Bir şey mi arıyorsunuz?

Peptik Ülser Testi

Peptik Ülser Testi

Peptik Ülser Nedir, Nasıl Tespit Edilir?

Ülser, Duedenal (halk arasında oniki parmak bağırsağı) ve midede Helicobacter Pylori bakterisi, Non-Sterodial Antienflamatuar ilaçların (aspirin ve türevleri ile antiromatizmal ilaçlar) kullanımı ile çeşitli kortizonlu ilaçlar, genetik yatkınlık, stres, aşırı çay ve kahve tüketimi ve çevre kirliliği, çeşitli kimyasallara maruz kalma genel sağlığı olumsuz etkileyebilecek koşullar sebebiyle oluşan yaralara verilen isimdir. Künt ve sivri uçlu cisim yaralanmaları da ülser oluşumuna sebep olabilir.
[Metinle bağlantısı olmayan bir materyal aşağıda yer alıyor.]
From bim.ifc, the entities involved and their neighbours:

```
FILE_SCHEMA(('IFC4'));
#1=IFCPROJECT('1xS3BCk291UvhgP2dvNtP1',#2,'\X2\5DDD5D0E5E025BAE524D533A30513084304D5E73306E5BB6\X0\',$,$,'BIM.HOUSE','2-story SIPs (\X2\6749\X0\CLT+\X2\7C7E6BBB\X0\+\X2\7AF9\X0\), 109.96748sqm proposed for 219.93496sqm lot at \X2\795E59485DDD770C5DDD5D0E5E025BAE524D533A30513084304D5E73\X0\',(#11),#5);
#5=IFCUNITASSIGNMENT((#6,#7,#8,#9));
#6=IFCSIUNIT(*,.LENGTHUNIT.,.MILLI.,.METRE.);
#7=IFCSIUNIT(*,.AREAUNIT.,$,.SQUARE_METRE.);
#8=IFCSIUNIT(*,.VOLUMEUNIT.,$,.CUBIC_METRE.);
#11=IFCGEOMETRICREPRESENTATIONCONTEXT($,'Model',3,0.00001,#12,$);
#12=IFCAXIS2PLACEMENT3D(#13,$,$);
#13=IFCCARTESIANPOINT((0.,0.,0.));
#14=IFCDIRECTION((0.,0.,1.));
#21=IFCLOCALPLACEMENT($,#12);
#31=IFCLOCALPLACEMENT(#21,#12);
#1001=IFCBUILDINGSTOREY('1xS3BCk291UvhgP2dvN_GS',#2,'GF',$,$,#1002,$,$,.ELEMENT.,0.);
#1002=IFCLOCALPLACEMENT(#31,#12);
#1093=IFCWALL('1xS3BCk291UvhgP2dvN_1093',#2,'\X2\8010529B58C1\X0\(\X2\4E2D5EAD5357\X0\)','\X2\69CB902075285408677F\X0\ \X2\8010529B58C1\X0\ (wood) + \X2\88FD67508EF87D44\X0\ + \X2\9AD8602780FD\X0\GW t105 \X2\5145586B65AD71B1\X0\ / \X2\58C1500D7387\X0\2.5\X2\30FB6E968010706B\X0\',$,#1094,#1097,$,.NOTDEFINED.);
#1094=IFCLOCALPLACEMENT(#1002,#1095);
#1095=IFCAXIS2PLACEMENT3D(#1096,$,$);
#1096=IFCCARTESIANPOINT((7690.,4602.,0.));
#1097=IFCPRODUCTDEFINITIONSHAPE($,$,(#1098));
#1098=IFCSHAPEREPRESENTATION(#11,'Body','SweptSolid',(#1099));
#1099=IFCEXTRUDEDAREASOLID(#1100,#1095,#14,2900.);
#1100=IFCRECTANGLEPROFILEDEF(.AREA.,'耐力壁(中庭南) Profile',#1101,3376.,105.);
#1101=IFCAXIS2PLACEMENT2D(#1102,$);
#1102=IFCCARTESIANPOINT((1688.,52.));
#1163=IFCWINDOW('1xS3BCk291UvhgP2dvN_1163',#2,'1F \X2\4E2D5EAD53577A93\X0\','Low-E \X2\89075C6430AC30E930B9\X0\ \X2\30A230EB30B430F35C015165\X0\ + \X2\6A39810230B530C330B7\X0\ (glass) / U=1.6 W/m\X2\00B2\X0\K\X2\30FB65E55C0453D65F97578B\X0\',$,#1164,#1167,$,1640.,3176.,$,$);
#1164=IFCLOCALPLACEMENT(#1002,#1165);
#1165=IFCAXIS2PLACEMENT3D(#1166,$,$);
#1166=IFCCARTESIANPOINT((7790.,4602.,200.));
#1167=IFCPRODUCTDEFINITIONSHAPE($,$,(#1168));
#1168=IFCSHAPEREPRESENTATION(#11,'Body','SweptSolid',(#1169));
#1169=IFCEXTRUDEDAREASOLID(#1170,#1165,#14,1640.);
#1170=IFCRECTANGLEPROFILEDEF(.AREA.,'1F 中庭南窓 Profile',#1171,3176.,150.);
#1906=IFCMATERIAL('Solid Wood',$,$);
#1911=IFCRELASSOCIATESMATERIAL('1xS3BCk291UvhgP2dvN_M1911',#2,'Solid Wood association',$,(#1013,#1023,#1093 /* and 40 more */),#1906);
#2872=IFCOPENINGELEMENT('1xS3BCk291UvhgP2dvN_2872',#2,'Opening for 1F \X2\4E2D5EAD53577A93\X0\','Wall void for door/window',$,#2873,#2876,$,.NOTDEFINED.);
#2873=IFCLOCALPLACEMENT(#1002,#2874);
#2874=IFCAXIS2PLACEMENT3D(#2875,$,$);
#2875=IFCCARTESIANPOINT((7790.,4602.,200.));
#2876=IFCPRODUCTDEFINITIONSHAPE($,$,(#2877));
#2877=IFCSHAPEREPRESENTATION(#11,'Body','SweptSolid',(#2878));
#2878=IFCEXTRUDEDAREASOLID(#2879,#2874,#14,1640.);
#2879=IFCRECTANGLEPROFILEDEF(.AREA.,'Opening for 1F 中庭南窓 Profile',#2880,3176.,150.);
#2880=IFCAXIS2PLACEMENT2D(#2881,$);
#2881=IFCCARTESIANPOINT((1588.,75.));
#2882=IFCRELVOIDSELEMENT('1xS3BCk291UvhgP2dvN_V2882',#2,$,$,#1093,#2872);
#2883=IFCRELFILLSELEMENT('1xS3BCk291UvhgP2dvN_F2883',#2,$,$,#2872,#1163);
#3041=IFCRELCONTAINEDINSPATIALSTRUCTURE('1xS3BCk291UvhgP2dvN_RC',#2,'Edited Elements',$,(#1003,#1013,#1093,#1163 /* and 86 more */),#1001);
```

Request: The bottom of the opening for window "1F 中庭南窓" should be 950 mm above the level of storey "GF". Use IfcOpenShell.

```python
import numpy as np
import ifcopenshell
import ifcopenshell.api.geometry
import ifcopenshell.geom
import ifcopenshell.util.element
import ifcopenshell.util.placement
import ifcopenshell.util.shape
import ifcopenshell.util.unit

model = ifcopenshell.open("bim.ifc")
unit_scale = ifcopenshell.util.unit.calculate_unit_scale(model)

window = model.by_guid("1xS3BCk291UvhgP2dvN_1163")
opening = window.FillsVoids[0].RelatingOpeningElement
storey = ifcopenshell.util.element.get_container(window, ifc_class="IfcBuildingStorey")
level = ifcopenshell.util.placement.get_local_placement(storey.ObjectPlacement)[2, 3]

# The opening's origin need not be at the sill, so measure its lowest point.
shape = ifcopenshell.geom.create_shape(ifcopenshell.geom.settings(), opening)
bottom = ifcopenshell.util.shape.get_shape_bottom_elevation(shape, shape.geometry) / unit_scale
dz = level + 0.95 / unit_scale - bottom

shift = np.array([0.0, 0.0, dz])
# The window is not placed relative to its opening, so move both.
for product in (opening, window):
    matrix = ifcopenshell.util.placement.get_local_placement(product.ObjectPlacement)
    matrix[:3, 3] += shift
    ifcopenshell.api.geometry.edit_object_placement(model, product=product, matrix=matrix, is_si=False)

print(f"moved by {dz * unit_scale:+.3f} m")

model.write("bim_edited.ifc")
```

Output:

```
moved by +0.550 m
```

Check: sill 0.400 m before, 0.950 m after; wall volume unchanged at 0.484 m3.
Peptik ülser daha çok 60 yaş üstü bireylerde görülürken, kadınlarda görülme ihtimali erkeklerden daha fazladır.

Ülser Nasıl Oluşur?

Yaralar, insan nüfusunun %50-80’inin sürekli olarak enfekte olduğu Helibacter Pylori’nin, mide içerisindeki üreaz aktivitesi neticesinde oluşur.

Üreaz, asıl olarak bakterinin, mide içerisindeki üreyi hidrolize edip NH3 (amonyak) ve CO2 (karbondioksit) üretmesinin ardından, amonyağın H2O (su) ile etkileşime girmesiyle H (Hidrojen) ortaya çıkartması ve kendi etrafında alkalileştirmesidir.

Bu aşamada ortaya OH (Hidroksit) iyonları da çıkar. Helibacter Pylori bu şekilde etrafında PH’ı daha yüksek bir ortam yaratarak kendisini mide asidinin korosif etkisinden korur ve hayatta kalır.

Bakteri ürettiği Adezin proteini ile mide epiteline yapışır ve spiral şekli, sahip olduğu flajeller ve Proteaz enzimlerinin yardımıyla kendisini mukozaya sabitler.

Bakteri etrafındaki OH iyonları bazal özellikler gösterdiklerinden dolayı, asidik bir ortama sahip midenin yüzey epiteline zarar vermeye başlar.

Helibacter Pylori ilk olarak mukus doku ile epitel hücrelerin arasında kolonize olmaya başlar ve burada inflamasyona yol açarak ülser oluşumunu başlatır.

Bu aşamada kişi gastrit semptomları göstermeye başlayabilir. Günümüzde rahatsızlığın bu noktadan sonra Duodenal, Peptik (Gastrik) ülsere dönüşmesi veya mide kanserine yol açması genetik ve çevresel faktörlerle açıklanmaya çalışılmaktadır. Konu ile ilgili araştırmalar devam etmektedir.

Ülser Tedavi Edilmediğinde Ne Gibi Sağlık Sorunlarına Yol Açar?

Ülser rahatsızlıkları üst sindirim kanamalarının en önemli nedenidir. Ülser rahatsızlıklarının erken teşhis edilip tedavi edilmemesi çok ciddi sağlık sorunlarına yol açabilmektedir.

Ülser rahatsızlıklarının en belirgin belirtileri batın (karın) bölgesinin üst kısmında yanma ve sızlama şeklinde ağrılardır.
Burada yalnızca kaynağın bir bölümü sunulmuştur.